In 2024, educators are so much more informed on how traumatic experiences affect our students’ ability to learn. But what do you do when an entire school, an entire district, an entire region has experienced trauma?
The cataclysmic, near-apocalyptic damage caused by Helene has traumatized every single person in every single community Helene hit. Everyone knows someone whose road is gone, whose home is gone, whose business is gone.

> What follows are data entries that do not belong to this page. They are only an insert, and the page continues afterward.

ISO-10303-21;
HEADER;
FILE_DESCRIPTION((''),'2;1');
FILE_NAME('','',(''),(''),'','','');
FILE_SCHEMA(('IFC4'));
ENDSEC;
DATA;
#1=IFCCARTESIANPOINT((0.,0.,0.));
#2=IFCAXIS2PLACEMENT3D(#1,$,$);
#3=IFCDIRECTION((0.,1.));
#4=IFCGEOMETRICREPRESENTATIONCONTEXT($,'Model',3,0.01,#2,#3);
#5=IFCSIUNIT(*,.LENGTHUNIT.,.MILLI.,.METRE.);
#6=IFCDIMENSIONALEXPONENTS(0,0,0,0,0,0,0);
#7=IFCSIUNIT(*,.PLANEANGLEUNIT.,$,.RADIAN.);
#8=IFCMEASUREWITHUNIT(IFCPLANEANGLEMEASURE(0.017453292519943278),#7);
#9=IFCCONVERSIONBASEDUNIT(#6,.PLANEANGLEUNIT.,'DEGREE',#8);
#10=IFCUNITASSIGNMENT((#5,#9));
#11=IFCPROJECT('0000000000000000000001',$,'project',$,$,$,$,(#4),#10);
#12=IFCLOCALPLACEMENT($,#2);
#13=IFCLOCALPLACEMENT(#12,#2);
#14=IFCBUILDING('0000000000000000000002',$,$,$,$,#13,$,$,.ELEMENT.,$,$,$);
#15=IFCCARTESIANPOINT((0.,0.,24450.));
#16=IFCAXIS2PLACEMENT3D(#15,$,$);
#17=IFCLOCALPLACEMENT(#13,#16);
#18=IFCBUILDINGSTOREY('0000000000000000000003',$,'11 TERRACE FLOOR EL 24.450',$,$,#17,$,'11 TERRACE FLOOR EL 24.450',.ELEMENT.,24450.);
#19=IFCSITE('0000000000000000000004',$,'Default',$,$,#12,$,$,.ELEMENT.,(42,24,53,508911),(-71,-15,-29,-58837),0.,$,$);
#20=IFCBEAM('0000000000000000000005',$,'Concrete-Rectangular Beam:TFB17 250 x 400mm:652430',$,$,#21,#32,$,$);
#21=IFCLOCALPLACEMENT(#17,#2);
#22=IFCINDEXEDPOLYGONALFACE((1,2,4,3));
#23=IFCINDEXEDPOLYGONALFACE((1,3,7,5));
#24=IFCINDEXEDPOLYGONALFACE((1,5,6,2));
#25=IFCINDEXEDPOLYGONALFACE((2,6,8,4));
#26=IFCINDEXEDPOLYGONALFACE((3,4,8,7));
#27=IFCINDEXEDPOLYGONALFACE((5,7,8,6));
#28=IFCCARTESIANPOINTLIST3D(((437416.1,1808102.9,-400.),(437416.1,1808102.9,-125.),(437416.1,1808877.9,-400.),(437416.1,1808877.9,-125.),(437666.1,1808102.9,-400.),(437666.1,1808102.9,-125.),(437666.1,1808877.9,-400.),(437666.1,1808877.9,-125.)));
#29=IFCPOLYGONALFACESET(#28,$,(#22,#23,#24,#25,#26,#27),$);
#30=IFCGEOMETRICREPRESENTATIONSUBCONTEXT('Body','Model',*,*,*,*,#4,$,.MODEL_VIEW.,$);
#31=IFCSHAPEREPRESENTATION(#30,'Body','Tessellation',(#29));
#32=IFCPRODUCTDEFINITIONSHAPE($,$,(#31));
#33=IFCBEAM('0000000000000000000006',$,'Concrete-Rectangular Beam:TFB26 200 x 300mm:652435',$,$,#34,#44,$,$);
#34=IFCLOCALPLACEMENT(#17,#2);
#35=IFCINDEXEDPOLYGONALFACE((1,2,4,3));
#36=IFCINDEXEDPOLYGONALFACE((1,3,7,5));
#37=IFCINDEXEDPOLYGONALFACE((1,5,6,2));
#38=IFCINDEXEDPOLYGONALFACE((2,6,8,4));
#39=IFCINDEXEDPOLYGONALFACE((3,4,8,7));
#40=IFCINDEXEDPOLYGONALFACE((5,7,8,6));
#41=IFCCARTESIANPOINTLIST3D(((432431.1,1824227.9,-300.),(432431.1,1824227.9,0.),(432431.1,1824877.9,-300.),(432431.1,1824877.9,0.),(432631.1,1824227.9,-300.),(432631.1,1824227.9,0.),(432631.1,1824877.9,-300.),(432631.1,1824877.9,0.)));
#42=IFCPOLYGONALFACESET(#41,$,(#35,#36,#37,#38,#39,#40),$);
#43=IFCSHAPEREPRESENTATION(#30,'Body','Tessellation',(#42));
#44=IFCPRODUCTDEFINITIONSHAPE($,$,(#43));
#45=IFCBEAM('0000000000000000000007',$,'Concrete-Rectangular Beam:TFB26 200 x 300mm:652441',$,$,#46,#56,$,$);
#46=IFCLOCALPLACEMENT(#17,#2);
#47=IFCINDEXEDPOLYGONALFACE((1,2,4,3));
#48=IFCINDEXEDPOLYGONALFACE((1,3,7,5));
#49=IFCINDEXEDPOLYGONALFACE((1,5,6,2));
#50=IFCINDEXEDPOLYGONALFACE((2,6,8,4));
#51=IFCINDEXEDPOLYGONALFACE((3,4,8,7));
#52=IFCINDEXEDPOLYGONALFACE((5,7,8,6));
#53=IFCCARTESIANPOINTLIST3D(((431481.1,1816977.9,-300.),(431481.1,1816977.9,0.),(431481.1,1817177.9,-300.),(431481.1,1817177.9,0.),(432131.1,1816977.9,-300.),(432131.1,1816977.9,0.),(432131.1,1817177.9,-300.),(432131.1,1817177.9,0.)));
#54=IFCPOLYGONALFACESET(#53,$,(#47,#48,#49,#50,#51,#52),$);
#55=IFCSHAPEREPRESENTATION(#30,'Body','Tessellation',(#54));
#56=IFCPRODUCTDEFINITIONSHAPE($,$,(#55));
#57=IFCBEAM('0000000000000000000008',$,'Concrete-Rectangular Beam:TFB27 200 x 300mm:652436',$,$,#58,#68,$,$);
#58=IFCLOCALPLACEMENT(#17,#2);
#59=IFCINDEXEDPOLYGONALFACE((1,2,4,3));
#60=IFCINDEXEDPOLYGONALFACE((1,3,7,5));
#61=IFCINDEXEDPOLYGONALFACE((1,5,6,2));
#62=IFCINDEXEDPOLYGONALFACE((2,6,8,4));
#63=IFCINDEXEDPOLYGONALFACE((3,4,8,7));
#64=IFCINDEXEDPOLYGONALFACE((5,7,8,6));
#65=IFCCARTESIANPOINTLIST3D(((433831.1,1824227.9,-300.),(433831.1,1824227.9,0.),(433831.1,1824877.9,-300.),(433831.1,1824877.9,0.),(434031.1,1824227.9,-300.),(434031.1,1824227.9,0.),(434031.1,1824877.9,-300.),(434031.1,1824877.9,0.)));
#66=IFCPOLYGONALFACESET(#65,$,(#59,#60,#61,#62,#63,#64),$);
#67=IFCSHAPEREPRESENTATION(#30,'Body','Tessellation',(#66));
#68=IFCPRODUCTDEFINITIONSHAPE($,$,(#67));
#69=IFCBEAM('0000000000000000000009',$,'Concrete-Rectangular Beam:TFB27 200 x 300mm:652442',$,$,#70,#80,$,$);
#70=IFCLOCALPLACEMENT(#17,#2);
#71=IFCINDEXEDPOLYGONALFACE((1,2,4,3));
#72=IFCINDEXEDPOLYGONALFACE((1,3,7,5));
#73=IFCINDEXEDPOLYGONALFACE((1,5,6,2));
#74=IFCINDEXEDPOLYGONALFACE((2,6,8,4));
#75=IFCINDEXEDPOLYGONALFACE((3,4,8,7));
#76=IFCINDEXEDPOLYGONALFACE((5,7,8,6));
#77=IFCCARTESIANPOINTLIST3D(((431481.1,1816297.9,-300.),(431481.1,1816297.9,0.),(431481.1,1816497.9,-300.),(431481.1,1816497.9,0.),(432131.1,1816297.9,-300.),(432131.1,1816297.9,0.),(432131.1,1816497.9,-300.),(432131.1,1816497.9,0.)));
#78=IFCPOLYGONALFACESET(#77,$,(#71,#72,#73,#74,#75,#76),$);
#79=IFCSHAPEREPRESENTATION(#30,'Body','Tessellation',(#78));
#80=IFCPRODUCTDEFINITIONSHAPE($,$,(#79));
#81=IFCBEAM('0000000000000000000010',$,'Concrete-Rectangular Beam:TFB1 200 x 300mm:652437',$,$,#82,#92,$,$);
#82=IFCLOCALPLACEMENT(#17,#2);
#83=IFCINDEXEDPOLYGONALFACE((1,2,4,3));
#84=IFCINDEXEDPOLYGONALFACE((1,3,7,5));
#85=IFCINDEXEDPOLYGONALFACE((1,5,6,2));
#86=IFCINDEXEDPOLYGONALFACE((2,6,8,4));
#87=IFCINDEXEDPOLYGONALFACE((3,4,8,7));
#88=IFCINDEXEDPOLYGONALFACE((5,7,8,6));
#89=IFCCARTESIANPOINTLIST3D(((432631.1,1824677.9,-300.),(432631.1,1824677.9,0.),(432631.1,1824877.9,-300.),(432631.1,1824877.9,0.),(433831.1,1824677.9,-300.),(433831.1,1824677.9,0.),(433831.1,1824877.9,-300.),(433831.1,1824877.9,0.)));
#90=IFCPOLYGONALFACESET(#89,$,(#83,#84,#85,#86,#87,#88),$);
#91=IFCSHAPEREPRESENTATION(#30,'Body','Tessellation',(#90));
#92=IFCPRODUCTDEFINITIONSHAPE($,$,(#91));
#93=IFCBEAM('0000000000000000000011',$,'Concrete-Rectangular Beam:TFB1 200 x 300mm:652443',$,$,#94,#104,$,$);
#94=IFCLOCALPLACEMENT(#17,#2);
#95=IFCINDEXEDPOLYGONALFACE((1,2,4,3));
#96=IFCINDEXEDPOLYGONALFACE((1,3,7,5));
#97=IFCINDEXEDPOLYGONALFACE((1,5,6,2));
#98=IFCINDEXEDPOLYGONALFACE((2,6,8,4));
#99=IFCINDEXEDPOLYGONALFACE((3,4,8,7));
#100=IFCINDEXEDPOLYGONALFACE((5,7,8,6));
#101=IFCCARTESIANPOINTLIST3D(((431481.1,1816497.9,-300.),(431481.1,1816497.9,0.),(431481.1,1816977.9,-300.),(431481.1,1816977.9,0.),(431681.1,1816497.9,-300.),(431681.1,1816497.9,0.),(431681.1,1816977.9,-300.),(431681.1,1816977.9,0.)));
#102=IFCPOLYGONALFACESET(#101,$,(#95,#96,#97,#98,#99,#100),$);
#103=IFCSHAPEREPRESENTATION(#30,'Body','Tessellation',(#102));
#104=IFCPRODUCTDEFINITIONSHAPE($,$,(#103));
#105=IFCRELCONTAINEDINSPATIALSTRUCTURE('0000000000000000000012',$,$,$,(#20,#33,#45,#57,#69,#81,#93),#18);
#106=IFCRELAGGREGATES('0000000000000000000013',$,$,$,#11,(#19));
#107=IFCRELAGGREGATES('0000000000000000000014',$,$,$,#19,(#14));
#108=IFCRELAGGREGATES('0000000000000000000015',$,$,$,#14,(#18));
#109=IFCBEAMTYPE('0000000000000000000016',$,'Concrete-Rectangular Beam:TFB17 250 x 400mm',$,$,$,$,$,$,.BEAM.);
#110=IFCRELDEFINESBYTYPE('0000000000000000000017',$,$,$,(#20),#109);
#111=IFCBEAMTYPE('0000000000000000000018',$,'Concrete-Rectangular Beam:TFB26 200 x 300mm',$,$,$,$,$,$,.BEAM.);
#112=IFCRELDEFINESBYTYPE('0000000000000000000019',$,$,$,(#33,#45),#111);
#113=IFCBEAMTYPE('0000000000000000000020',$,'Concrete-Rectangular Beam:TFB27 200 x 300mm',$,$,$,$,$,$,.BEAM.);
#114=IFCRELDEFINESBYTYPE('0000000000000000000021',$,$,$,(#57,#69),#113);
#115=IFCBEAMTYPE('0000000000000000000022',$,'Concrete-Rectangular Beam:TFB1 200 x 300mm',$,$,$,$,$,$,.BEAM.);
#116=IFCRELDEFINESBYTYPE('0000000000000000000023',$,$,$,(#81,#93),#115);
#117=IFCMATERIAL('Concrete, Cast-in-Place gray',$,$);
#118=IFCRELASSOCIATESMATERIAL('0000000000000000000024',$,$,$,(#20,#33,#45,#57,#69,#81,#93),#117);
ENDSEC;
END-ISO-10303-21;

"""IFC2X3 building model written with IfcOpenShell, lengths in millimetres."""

from ifc_helpers import new_model, entity, si_unit, converted_unit, direction, frame, frame_2d, origin, origin_2d_with_axis, place, context, subcontext, project, spatial, rectangle, extrude, material, type_object, element, save


model = new_model("IFC2X3")

# Units and contexts
model_context = context("Model", 3, precision=0.01, world=origin(), true_north=direction((0.0, 1.0)))
body_context = subcontext(model_context, "Body", "Model", "MODEL_VIEW")
ifc_project = project(units=[si_unit("LENGTHUNIT", "METRE", prefix="MILLI"), converted_unit("PLANEANGLEUNIT", "DEGREE", entity("IfcPlaneAngleMeasure", 0.017453292519943278), si_unit("PLANEANGLEUNIT", "RADIAN"), dimensions=[0, 0, 0, 0, 0, 0, 0])], contexts=[model_context])

# Site, building, storey
site_placement = place(None, origin())
site = spatial("IfcSite", under=ifc_project, at=site_placement, Name="Default", CompositionType="ELEMENT", RefLatitude=(42, 24, 53, 508911), RefLongitude=(-71, -15, -29, -58837), RefElevation=0.0)
building_placement = place(site_placement, origin())
building = spatial("IfcBuilding", under=site, at=building_placement, CompositionType="ELEMENT")
storey_placement = place(building_placement, frame((0.0, 0.0, 24450.0)))
storey = spatial("IfcBuildingStorey", under=building, at=storey_placement, Name="11 TERRACE FLOOR EL 24.450", LongName="11 TERRACE FLOOR EL 24.450", CompositionType="ELEMENT", Elevation=24450.0)

# Beams
ifc_material = material(Name="Concrete, Cast-in-Place gray")
beam_type_1 = type_object("IfcBeamType", Name="Concrete-Rectangular Beam:TFB17 250 x 400mm", PredefinedType="BEAM")
beam_1_placement = place(storey_placement, frame((437416.1, 1808877.9, 0.0), z_axis=(0.0, 0.0, 1.0), x_axis=(0.0, -1.0, 0.0)))
element("IfcBeam", 1, at=beam_1_placement, inside=storey, type_object=beam_type_1, material=ifc_material, Name="Concrete-Rectangular Beam:TFB17 250 x 400mm:652430", context=body_context, shape_type="SweptSolid", body=[
    extrude(rectangle(XDim=275.0, YDim=250.0, at=frame_2d((0.0, 0.0), x_axis=(1.0, 0.0))), frame((0.0, 125.0, -262.5), z_axis=(1.0, 0.0, 0.0), x_axis=(0.0, 0.0, -1.0)), (0.0, 0.0, 1.0), 775.0),
])
beam_type_2 = type_object("IfcBeamType", Name="Concrete-Rectangular Beam:TFB26 200 x 300mm", PredefinedType="BEAM")
beam_2_placement = place(storey_placement, frame((432431.1, 1824877.9, 0.0), z_axis=(0.0, 0.0, 1.0), x_axis=(0.0, -1.0, 0.0)))
element("IfcBeam", 2, at=beam_2_placement, inside=storey, type_object=beam_type_2, material=ifc_material, Name="Concrete-Rectangular Beam:TFB26 200 x 300mm:652435", context=body_context, shape_type="SweptSolid", body=[
    extrude(rectangle(XDim=300.0, YDim=200.0, at=origin_2d_with_axis()), frame((0.0, 100.0, -150.0), z_axis=(1.0, 0.0, 0.0), x_axis=(0.0, 0.0, -1.0)), (0.0, 0.0, 1.0), 650.0),
])
beam_3_placement = place(storey_placement, frame((431681.1, 1816977.9, 0.0)))
element("IfcBeam", 3, at=beam_3_placement, inside=storey, type_object=beam_type_2, material=ifc_material, Name="Concrete-Rectangular Beam:TFB26 200 x 300mm:652441", context=body_context, shape_type="SweptSolid", body=[
    extrude(rectangle(XDim=300.0, YDim=200.0, at=origin_2d_with_axis()), frame((-200.0, 100.0, -150.0), z_axis=(1.0, 0.0, 0.0), x_axis=(0.0, 0.0, -1.0)), (0.0, 0.0, 1.0), 650.0),
])
beam_type_3 = type_object("IfcBeamType", Name="Concrete-Rectangular Beam:TFB27 200 x 300mm", PredefinedType="BEAM")
beam_4_placement = place(storey_placement, frame((434031.1, 1824877.9, 0.0), z_axis=(0.0, 0.0, 1.0), x_axis=(0.0, -1.0, 0.0)))
element("IfcBeam", 4, at=beam_4_placement, inside=storey, type_object=beam_type_3, material=ifc_material, Name="Concrete-Rectangular Beam:TFB27 200 x 300mm:652436", context=body_context, shape_type="SweptSolid", body=[
    extrude(rectangle(XDim=300.0, YDim=200.0, at=origin_2d_with_axis()), frame((0.0, -100.0, -150.0), z_axis=(1.0, 0.0, 0.0), x_axis=(0.0, 0.0, -1.0)), (0.0, 0.0, 1.0), 650.0),
])
beam_5_placement = place(storey_placement, frame((431681.1, 1816497.9, 0.0)))
element("IfcBeam", 5, at=beam_5_placement, inside=storey, type_object=beam_type_3, material=ifc_material, Name="Concrete-Rectangular Beam:TFB27 200 x 300mm:652442", context=body_context, shape_type="SweptSolid", body=[
    extrude(rectangle(XDim=300.0, YDim=200.0, at=origin_2d_with_axis()), frame((-200.0, -100.0, -150.0), z_axis=(1.0, 0.0, 0.0), x_axis=(0.0, 0.0, -1.0)), (0.0, 0.0, 1.0), 650.0),
])
beam_type_4 = type_object("IfcBeamType", Name="Concrete-Rectangular Beam:TFB1 200 x 300mm", PredefinedType="BEAM")
beam_6_placement = place(storey_placement, frame((432431.1, 1824877.9, 0.0)))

“Oh, it’s just like COVID times,” non-mountain folks have said to me. No. No, it’s not one bit like COVID. During COVID, we had internet, we had water, we had power. We could see each other on Google meets or Zooms. We could connect to each other via phone and text and video calls.
We didn’t watch a river take our driveway out in real time from our front porch or doom scroll the drone footage of the destruction in Chimney Rock over and over again. We weren’t worried about mold creeping up through the drywall from our flooded basement or wonder when or if we could get a hot meal. Rare is the teacher — or student services counselor or social worker or principal — who has experienced anything close to the disaster heaped on us by Helene. No trauma-informed training we’ve received could have prepared us for the magnitude of trauma that now surrounds us.
Mr. Walker often says to our students, “go before you’re ready.” And that’s what our mountain communities and educational colleagues are doing — we’re going before we’re ready.
We’ll help our students, as we do. We’ll work with and for each other, as we do. We are excited and anxious and tense, yet we stand ready to lead each other and our students.
Because it’s that energy IN a classroom, that synergy of educational “oomph” that gives educators the creative bursts and curricular inspiration that will be required to make up our 15 days.